Atualizado: 16 de mai.

Gráfico de rede mostrando várias empresas com círculos de tamanhos variados interconectados. Nomes como Unilever, Nestlé, e PepsiCo em destaque.
Rede global de influência política dos grupos de interesse empresariais da indústria alimentar ultra processada. Os círculos maiores correspondem às empresas mais influentes

As empresas que dominam o mercado global, como a Coca-Cola, Danone, Nestlé, PepsiCo e Unilever, produzem alimentos mais baratos, ricos em aditivos químicos, açúcares, gorduras e sal para reduzir os custos, apostando num marketing agressivo e em táticas políticas para bloquear regulamentações nacionais

 

VIRGÍLIO AZEVEDO

 


Nos últimos 30 anos, a contribuição energética dos produtos ultra processados para o total de compras de alimentos das famílias passou de 11% para 32% em Espanha, de 4% para 10% na China e de 10% para 23% no Brasil e no México, revela um estudo feito por 43 especialistas internacionais , publicado na revista científica britânica “The Lancet” (ver em https://www.thelancet.com/).

Nos países desenvolvidos, a percentagem destes alimentos na dieta está abaixo dos 25% em países do Sul da Europa como Portugal, Itália, Grécia e Chipre, bem como em países da Ásia como a Coreia do Sul e Taiwan, mas ultrapassa os 40% na Austrália e Canadá e os 50% no Reino Unido e EUA.

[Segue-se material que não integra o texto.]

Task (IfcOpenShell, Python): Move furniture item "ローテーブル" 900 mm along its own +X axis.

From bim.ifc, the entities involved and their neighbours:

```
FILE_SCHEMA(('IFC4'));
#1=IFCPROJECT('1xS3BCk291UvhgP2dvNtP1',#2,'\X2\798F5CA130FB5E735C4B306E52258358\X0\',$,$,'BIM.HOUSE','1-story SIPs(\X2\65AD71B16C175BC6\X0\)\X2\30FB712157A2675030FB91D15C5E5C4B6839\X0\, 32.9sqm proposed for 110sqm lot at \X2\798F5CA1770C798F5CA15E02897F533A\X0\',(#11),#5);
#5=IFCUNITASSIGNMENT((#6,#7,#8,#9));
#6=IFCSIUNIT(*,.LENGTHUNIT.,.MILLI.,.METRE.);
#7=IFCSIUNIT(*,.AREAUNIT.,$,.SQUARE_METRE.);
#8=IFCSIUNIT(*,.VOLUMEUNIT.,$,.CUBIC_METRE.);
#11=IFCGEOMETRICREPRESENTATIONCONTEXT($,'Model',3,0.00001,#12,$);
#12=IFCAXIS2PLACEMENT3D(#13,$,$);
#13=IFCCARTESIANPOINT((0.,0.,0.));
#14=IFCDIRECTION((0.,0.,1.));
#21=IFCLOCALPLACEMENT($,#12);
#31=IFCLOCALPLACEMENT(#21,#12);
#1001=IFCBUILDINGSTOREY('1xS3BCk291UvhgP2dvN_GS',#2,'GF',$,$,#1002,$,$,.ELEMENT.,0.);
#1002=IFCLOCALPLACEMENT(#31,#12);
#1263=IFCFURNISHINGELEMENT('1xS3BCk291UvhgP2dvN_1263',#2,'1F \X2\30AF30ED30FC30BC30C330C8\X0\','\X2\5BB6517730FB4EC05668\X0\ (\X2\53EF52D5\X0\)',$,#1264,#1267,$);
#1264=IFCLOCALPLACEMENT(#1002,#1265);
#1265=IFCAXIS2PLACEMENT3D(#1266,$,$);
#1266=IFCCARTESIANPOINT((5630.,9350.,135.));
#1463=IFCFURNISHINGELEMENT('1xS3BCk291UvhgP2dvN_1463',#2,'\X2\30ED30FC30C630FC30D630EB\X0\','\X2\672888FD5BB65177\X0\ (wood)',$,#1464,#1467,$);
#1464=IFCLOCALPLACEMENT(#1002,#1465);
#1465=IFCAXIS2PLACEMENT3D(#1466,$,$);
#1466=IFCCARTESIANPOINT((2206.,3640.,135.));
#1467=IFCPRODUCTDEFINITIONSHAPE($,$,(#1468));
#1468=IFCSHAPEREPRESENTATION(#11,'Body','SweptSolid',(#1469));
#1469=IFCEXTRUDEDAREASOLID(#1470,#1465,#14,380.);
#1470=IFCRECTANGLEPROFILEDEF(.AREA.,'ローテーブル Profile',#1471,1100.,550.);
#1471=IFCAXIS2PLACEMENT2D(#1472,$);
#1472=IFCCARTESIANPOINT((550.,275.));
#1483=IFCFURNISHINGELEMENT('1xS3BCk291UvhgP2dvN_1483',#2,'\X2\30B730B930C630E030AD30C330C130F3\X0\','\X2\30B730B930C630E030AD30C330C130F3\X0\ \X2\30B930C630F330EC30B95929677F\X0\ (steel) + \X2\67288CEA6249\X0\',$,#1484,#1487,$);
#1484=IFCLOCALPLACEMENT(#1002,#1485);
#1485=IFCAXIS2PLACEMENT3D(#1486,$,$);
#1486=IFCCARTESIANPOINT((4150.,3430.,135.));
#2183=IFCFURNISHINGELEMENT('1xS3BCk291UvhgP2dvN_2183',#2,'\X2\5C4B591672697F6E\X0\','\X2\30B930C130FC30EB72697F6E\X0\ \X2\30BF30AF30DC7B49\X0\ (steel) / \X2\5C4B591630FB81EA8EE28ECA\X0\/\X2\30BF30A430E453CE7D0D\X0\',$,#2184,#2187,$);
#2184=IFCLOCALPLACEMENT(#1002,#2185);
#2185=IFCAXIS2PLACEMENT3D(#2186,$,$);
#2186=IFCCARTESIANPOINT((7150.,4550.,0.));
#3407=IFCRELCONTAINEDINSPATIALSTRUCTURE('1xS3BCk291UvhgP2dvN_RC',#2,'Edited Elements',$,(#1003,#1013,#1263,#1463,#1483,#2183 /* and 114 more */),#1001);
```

```python
import ifcopenshell
import ifcopenshell.api.geometry
import ifcopenshell.util.placement
import ifcopenshell.util.unit

model = ifcopenshell.open("bim.ifc")
unit_scale = ifcopenshell.util.unit.calculate_unit_scale(model)

item = model.by_guid("1xS3BCk291UvhgP2dvN_1463")
matrix = ifcopenshell.util.placement.get_local_placement(item.ObjectPlacement)
matrix[:3, 3] += matrix[:3, 0] * 0.9 / unit_scale
ifcopenshell.api.geometry.edit_object_placement(model, product=item, matrix=matrix, is_si=False)

print(ifcopenshell.util.placement.get_local_placement(item.ObjectPlacement).round(3) + 0.0)

model.write("bim_edited.ifc")
```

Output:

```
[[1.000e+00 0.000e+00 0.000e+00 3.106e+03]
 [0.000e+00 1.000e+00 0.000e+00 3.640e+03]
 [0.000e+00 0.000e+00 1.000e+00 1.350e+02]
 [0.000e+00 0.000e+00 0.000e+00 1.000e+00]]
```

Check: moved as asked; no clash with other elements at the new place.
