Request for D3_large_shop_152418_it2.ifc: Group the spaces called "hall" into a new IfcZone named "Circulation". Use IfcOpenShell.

First a look at what the model holds.

```python
import ifcopenshell

model = ifcopenshell.open("D3_large_shop_152418_it2.ifc")
print(model.schema)
seen = {}
for space in model.by_type("IfcSpace"):
    seen[space.LongName] = seen.get(space.LongName, 0) + 1
for name, count in sorted(seen.items(), key=str):
    print(count, "x", name)
print("zones:", [z.Name for z in model.by_type("IfcZone")][:20])
```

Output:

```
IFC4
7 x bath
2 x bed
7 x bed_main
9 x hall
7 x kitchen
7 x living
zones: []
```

```python
import ifcopenshell
import ifcopenshell.api.group
import ifcopenshell.api.root

model = ifcopenshell.open("D3_large_shop_152418_it2.ifc")

names = {"hall"}
spaces = [s for s in model.by_type("IfcSpace") if s.LongName in names]

zone = ifcopenshell.api.root.create_entity(model, ifc_class="IfcZone", name="Circulation")
ifcopenshell.api.group.assign_group(model, products=spaces, group=zone)
print(len(spaces), "spaces in", zone.Name)

model.write("D3_large_shop_152418_it2-out.ifc")
```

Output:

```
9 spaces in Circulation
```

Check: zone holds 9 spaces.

Obesidade, doenças cardiovasculares, diabetes, depressões e mortes prematuras

“Alimentos ultra processados e saúde humana: a tese principal e as evidências”, é o título deste estudo publicado em três artigos da “The Lancet”, que destaca associações significativas entre o consumo destes alimentos e problemas de saúde como a obesidade, doenças cardiovasculares, diabetes, depressões e morte prematuras. Um comunicado da revista defende que devem ser tomadas medidas políticas imediatas de saúde pública em todo o Mundo para reduzir a produção e o consumo destes alimentos e melhorar a dieta da população, promovendo o acesso a alimentos saudáveis e de baixo preço, porque a inversão desta tendência não pode depender apenas da mudança de comportamento dos consumidores. Assim, exige a aplicação de políticas nacionais para reduzir a produção, o marketing, o consumo e o elevado teor de aditivos químicos, gorduras, açúcares e sal da comida ultraprocessada. E para responsabilizar os grandes fabricantes como a Coca-Cola, Danone, Nestlé, PepsiCo ou Unilever pelo seu envolvimento na promoção de dietas que afetam a saúde da população.

O editorial da revista “The Lancet” sobre este estudo internacional destaca que “os alimentos ultra processados são agressivamente comercializados e concebidos para serem hiper palatáveis, impulsionando o consumo repetido e substituindo, muitas vezes, alimentos tradicionais ricos em nutrientes”. Por outro lado, não é só a saúde humana que é atingida, mas também a saúde do Planeta, porque “a produção industrial, o processamento e o transporte destes produtos depende intensivamente de combustíveis fósseis, e as embalagens plásticas são omnipresentes nos alimentos ultra processados”.   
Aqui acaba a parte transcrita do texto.